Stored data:
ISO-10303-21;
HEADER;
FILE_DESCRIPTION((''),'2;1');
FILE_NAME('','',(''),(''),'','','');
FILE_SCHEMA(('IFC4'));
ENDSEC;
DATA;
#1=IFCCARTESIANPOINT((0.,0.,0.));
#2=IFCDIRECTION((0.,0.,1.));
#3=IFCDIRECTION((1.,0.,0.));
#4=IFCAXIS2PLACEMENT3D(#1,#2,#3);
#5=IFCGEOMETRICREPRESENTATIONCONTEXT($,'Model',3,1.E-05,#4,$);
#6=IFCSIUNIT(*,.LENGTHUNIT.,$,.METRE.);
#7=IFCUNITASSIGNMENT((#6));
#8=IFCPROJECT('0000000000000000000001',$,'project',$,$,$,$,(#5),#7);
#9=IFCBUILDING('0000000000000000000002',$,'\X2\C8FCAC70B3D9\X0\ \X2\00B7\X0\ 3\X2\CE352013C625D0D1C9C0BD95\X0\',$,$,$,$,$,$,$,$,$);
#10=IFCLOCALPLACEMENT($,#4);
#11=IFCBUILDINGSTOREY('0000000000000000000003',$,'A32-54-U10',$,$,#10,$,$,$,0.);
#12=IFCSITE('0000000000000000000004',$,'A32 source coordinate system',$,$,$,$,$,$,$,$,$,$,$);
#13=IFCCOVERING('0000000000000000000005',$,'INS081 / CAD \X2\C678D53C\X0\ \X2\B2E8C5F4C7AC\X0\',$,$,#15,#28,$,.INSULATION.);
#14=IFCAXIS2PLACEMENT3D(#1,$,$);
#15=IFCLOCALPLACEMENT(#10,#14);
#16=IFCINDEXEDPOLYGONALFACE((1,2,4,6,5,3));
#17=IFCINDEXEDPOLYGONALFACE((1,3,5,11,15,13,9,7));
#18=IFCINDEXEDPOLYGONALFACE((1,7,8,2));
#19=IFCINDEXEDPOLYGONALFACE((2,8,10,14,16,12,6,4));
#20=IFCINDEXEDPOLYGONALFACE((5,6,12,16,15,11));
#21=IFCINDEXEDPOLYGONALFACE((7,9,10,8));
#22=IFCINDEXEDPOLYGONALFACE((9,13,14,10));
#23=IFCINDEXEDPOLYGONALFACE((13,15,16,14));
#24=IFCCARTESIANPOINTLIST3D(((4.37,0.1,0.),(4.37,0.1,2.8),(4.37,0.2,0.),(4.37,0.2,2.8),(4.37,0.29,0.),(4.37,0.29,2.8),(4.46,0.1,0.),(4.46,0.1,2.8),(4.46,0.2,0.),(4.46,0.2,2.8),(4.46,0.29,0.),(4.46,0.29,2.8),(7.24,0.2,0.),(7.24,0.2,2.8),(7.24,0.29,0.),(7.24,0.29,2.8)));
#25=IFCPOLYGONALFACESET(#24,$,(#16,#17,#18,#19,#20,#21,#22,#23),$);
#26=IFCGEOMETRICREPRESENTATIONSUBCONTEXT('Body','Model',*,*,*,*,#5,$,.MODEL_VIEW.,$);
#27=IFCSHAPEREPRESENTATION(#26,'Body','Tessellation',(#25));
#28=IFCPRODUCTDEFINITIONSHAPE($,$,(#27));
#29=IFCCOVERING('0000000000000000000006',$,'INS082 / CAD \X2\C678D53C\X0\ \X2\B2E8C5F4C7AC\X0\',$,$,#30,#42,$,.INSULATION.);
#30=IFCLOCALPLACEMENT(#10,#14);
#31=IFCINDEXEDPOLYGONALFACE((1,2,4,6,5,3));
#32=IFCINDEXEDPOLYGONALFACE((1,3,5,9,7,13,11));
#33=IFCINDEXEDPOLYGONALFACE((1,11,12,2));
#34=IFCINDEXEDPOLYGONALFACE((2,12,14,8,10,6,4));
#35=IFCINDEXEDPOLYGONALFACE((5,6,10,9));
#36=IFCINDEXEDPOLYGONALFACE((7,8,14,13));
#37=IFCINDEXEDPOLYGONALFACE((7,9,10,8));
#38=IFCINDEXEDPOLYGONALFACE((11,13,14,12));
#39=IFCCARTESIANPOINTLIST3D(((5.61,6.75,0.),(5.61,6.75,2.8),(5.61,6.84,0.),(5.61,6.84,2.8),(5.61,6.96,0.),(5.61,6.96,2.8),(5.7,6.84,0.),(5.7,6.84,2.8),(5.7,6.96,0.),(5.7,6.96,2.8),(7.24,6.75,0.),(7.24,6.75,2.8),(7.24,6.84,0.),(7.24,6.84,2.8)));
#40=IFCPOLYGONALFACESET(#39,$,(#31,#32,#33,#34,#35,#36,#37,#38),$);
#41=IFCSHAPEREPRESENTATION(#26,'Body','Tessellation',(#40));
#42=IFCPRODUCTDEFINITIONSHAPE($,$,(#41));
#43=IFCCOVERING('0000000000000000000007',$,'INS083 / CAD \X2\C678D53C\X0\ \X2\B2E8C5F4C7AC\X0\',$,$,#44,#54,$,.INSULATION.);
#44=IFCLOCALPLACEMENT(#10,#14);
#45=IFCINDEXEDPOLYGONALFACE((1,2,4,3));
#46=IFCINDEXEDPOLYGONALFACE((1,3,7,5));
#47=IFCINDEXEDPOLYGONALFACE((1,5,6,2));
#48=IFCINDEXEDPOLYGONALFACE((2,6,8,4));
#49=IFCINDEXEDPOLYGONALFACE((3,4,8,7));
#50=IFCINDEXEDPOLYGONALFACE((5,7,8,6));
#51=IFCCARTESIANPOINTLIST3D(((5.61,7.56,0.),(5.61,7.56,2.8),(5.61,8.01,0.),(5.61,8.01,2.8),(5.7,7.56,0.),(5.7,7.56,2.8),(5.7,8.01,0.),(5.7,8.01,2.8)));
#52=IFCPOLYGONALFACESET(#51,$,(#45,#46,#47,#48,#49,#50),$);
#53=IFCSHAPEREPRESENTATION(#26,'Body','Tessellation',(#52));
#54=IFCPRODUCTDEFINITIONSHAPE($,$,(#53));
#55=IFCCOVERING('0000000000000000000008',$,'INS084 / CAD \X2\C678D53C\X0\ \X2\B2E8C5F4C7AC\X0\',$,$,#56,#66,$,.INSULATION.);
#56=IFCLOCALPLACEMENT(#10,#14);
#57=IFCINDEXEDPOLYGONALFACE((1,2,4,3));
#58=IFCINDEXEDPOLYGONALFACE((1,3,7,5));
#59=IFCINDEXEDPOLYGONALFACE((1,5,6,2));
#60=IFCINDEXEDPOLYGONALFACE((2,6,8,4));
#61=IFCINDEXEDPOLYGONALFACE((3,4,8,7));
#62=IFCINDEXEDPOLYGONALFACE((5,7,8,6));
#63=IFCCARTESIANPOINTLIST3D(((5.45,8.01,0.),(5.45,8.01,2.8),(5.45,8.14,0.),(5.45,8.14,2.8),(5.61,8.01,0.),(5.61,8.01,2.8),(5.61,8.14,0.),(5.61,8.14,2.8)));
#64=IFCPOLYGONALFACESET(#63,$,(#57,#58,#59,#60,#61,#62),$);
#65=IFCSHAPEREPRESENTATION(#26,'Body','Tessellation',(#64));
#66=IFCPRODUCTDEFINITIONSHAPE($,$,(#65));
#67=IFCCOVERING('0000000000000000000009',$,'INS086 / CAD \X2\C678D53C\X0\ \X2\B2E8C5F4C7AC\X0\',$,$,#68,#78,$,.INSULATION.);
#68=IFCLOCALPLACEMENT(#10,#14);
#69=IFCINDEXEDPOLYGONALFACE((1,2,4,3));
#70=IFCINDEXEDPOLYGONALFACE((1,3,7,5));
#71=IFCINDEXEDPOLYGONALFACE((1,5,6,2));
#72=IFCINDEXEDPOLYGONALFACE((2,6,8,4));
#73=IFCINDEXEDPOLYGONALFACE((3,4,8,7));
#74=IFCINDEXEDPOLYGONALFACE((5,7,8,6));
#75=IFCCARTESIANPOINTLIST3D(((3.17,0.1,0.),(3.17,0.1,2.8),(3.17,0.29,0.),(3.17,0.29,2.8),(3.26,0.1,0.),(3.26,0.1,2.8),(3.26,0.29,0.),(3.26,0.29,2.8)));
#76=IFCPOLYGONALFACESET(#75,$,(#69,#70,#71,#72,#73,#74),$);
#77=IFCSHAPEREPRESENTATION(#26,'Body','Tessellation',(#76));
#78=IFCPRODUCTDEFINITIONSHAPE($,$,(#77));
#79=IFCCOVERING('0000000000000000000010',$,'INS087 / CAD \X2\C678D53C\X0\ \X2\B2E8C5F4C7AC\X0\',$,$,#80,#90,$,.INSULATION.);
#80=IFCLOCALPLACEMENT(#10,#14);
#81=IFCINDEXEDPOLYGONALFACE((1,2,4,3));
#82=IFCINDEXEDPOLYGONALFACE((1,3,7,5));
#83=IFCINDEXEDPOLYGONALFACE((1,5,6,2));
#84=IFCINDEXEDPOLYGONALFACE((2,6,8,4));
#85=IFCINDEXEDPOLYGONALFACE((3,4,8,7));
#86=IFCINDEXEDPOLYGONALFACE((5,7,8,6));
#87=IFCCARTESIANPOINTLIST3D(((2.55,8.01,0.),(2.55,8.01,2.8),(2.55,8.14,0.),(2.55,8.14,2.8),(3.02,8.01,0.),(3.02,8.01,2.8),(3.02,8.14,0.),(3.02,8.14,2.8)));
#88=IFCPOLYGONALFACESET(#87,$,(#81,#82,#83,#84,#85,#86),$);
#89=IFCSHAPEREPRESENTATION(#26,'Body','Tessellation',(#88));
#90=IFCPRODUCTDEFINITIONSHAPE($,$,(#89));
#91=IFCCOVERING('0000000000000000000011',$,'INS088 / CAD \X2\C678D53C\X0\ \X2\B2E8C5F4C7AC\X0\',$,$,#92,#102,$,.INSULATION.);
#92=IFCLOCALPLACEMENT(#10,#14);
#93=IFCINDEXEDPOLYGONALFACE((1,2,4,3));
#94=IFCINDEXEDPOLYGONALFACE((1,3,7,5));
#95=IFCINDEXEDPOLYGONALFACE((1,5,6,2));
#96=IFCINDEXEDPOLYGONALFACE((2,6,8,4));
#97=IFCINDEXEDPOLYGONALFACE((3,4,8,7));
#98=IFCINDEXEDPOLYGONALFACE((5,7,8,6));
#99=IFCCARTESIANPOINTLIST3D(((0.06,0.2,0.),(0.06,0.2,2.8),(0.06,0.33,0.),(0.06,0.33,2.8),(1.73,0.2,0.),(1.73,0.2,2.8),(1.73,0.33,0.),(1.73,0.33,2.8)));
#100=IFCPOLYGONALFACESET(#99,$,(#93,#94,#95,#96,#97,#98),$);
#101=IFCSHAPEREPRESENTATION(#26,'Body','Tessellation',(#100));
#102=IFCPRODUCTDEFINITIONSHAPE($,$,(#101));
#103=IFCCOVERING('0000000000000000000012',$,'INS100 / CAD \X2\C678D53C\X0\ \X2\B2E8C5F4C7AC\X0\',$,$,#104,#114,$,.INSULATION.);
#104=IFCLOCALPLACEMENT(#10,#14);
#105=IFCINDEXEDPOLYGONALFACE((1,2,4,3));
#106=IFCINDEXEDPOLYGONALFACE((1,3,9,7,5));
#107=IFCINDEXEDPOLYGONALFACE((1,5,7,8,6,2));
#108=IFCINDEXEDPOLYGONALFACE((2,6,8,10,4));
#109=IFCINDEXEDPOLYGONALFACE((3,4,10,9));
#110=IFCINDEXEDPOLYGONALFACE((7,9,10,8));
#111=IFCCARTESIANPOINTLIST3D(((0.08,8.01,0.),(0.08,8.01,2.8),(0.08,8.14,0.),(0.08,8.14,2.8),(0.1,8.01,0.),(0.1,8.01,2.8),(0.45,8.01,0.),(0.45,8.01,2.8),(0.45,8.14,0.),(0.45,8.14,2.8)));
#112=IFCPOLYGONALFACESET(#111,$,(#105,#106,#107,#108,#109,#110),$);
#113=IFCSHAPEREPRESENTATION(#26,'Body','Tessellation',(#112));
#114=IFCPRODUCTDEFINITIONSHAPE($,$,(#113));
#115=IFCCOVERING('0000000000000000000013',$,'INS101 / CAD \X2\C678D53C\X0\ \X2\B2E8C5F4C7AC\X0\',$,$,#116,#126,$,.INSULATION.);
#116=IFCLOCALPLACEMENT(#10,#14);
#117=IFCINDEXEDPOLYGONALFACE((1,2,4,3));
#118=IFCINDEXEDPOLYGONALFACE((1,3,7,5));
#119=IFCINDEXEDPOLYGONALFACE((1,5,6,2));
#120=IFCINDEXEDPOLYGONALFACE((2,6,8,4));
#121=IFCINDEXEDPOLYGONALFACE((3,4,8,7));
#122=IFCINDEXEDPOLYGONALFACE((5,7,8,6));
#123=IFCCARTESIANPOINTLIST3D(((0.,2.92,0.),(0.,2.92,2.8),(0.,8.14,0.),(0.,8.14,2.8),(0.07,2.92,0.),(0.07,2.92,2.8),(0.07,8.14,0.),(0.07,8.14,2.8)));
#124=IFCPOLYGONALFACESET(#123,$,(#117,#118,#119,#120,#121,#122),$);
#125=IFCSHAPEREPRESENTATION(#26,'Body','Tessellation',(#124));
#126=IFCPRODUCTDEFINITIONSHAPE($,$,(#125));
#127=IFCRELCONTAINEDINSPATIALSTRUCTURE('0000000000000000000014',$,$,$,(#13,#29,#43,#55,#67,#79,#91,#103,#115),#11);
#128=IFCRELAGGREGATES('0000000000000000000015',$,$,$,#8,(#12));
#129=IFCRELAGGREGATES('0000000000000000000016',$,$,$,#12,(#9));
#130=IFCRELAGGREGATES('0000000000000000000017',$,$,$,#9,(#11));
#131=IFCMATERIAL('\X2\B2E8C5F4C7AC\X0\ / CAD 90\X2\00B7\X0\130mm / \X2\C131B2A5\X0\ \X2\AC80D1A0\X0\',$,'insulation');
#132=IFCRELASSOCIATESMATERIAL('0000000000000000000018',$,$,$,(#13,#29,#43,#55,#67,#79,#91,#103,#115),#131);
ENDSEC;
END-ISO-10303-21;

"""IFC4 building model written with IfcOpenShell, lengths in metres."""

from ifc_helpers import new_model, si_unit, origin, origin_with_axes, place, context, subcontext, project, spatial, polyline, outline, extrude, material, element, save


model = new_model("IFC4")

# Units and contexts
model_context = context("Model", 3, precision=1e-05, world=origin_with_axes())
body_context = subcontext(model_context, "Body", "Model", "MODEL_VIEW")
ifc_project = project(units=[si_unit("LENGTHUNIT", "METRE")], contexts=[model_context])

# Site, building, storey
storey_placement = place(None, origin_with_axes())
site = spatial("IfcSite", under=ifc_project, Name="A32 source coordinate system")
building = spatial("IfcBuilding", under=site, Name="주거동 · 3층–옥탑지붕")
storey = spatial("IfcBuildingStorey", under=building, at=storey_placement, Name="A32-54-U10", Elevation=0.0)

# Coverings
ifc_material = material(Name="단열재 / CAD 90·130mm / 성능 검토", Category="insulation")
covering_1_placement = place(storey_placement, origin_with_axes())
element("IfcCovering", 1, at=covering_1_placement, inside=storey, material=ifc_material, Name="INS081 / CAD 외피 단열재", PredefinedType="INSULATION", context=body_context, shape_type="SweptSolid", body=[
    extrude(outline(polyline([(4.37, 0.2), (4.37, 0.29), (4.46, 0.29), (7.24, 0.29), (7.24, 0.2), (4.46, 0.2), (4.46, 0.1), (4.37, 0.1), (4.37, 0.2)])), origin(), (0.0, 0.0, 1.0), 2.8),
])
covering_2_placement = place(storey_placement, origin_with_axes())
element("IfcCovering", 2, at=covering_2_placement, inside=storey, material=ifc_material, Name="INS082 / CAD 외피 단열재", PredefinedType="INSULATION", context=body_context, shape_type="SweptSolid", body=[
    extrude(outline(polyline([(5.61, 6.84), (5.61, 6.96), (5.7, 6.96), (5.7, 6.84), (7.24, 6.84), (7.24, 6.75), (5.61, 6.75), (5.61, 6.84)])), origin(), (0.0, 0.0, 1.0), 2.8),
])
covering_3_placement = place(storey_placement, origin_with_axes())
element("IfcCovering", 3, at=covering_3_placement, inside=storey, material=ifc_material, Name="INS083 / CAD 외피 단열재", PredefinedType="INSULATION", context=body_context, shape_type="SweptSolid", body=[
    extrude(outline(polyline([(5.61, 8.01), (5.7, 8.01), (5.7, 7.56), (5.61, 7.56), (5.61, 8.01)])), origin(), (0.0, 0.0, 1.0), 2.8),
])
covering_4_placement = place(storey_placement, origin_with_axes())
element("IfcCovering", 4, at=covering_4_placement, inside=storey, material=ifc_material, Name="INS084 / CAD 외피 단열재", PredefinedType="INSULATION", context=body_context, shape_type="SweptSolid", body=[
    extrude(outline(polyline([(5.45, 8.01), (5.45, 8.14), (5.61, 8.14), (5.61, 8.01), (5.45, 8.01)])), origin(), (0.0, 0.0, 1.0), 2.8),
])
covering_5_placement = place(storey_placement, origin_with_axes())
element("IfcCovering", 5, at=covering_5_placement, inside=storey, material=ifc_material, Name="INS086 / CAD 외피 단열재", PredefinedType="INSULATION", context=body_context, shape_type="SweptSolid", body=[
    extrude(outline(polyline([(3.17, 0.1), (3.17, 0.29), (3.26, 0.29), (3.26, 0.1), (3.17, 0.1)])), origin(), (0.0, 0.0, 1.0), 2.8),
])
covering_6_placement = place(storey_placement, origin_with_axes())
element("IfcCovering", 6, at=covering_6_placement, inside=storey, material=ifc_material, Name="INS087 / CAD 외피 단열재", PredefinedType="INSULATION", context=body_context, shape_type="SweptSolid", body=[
* * *
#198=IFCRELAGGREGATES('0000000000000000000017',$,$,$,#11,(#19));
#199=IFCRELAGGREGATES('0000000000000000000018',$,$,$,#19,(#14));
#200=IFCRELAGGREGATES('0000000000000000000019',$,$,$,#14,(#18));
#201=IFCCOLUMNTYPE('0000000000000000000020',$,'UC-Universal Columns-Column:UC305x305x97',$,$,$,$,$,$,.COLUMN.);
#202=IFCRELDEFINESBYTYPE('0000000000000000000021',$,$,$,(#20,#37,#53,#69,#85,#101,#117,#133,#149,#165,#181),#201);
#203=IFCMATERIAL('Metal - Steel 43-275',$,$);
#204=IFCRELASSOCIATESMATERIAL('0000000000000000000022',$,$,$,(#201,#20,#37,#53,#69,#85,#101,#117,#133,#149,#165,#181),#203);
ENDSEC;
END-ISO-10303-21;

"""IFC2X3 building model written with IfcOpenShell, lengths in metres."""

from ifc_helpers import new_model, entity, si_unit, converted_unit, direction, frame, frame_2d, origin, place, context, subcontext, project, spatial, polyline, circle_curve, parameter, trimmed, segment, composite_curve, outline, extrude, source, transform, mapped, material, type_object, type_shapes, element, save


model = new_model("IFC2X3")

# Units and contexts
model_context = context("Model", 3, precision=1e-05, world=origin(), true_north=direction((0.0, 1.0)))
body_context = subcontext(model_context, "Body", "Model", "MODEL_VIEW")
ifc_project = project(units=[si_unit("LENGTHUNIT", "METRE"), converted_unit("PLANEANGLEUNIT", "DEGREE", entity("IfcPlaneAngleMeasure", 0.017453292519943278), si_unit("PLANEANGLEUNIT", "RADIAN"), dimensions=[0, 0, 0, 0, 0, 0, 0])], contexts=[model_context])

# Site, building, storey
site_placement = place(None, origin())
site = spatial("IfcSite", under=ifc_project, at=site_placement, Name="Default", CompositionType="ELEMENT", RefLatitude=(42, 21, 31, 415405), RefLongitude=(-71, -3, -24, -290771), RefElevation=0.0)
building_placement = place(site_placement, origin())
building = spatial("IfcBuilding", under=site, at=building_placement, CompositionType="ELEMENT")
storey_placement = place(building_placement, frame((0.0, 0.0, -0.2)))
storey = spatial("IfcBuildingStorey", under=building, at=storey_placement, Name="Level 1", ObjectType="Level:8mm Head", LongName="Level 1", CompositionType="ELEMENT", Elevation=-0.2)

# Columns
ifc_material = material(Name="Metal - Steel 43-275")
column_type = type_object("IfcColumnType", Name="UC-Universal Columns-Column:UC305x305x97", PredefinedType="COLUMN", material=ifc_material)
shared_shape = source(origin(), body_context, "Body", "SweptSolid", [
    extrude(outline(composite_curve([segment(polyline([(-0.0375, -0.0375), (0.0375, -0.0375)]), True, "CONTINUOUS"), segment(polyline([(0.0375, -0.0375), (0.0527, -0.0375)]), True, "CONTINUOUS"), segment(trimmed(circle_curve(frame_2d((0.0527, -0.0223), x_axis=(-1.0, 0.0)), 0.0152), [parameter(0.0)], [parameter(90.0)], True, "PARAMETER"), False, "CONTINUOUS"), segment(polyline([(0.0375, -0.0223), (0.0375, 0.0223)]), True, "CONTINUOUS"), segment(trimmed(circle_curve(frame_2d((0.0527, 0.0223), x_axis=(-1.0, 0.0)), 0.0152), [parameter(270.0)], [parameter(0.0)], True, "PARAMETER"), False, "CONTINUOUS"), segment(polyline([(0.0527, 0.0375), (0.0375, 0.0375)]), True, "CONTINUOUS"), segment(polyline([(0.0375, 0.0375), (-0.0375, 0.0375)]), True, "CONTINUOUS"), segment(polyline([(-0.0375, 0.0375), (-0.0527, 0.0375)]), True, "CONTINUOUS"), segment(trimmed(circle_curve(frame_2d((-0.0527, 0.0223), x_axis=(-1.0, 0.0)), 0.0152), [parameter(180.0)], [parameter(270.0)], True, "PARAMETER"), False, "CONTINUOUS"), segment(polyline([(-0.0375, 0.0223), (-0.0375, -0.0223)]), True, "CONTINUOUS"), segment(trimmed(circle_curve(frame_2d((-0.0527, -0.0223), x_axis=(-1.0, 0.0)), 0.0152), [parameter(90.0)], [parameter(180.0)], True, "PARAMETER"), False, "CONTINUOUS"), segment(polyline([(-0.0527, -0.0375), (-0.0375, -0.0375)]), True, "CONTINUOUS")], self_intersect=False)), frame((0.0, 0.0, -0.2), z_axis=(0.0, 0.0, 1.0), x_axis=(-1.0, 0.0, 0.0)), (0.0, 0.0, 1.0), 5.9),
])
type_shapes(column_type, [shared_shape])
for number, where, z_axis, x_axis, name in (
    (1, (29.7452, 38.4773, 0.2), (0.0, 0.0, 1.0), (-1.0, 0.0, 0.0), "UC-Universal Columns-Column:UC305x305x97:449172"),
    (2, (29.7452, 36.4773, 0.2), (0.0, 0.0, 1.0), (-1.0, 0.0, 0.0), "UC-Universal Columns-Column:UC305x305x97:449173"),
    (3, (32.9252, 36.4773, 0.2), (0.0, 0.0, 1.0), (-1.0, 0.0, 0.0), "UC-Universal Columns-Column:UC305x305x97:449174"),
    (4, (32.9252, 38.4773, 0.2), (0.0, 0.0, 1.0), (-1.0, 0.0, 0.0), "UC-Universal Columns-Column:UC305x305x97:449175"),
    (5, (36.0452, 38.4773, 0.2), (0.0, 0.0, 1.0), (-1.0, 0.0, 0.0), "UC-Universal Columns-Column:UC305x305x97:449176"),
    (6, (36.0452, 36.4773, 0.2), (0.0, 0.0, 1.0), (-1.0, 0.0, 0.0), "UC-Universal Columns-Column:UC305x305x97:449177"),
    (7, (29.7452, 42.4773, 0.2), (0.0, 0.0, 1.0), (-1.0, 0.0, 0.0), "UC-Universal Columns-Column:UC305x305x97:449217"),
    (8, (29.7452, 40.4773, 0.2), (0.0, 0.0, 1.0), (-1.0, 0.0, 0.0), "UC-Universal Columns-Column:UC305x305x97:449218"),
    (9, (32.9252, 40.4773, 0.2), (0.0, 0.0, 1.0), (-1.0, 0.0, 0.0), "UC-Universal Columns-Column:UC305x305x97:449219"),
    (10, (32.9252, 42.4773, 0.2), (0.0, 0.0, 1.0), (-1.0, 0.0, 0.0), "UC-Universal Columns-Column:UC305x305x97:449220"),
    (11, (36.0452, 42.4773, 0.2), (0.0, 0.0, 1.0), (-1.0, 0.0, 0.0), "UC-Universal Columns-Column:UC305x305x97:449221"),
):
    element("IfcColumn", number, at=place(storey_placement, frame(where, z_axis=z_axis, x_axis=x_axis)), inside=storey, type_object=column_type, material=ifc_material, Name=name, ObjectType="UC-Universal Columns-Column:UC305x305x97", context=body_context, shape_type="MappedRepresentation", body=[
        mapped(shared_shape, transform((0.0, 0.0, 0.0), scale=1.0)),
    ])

### Your assignment
For every line of the records that has the word "ObjectType" in it, make a copy.

### Finished exercise
storey = spatial("IfcBuildingStorey", under=building, at=storey_placement, Name="Level 1", ObjectType="Level:8mm Head", LongName="Level 1", CompositionType="ELEMENT", Elevation=-0.2)
    element("IfcColumn", number, at=place(storey_placement, frame(where, z_axis=z_axis, x_axis=x_axis)), inside=storey, type_object=column_type, material=ifc_material, Name=name, ObjectType="UC-Universal Columns-Column:UC305x305x97", context=body_context, shape_type="MappedRepresentation", body=[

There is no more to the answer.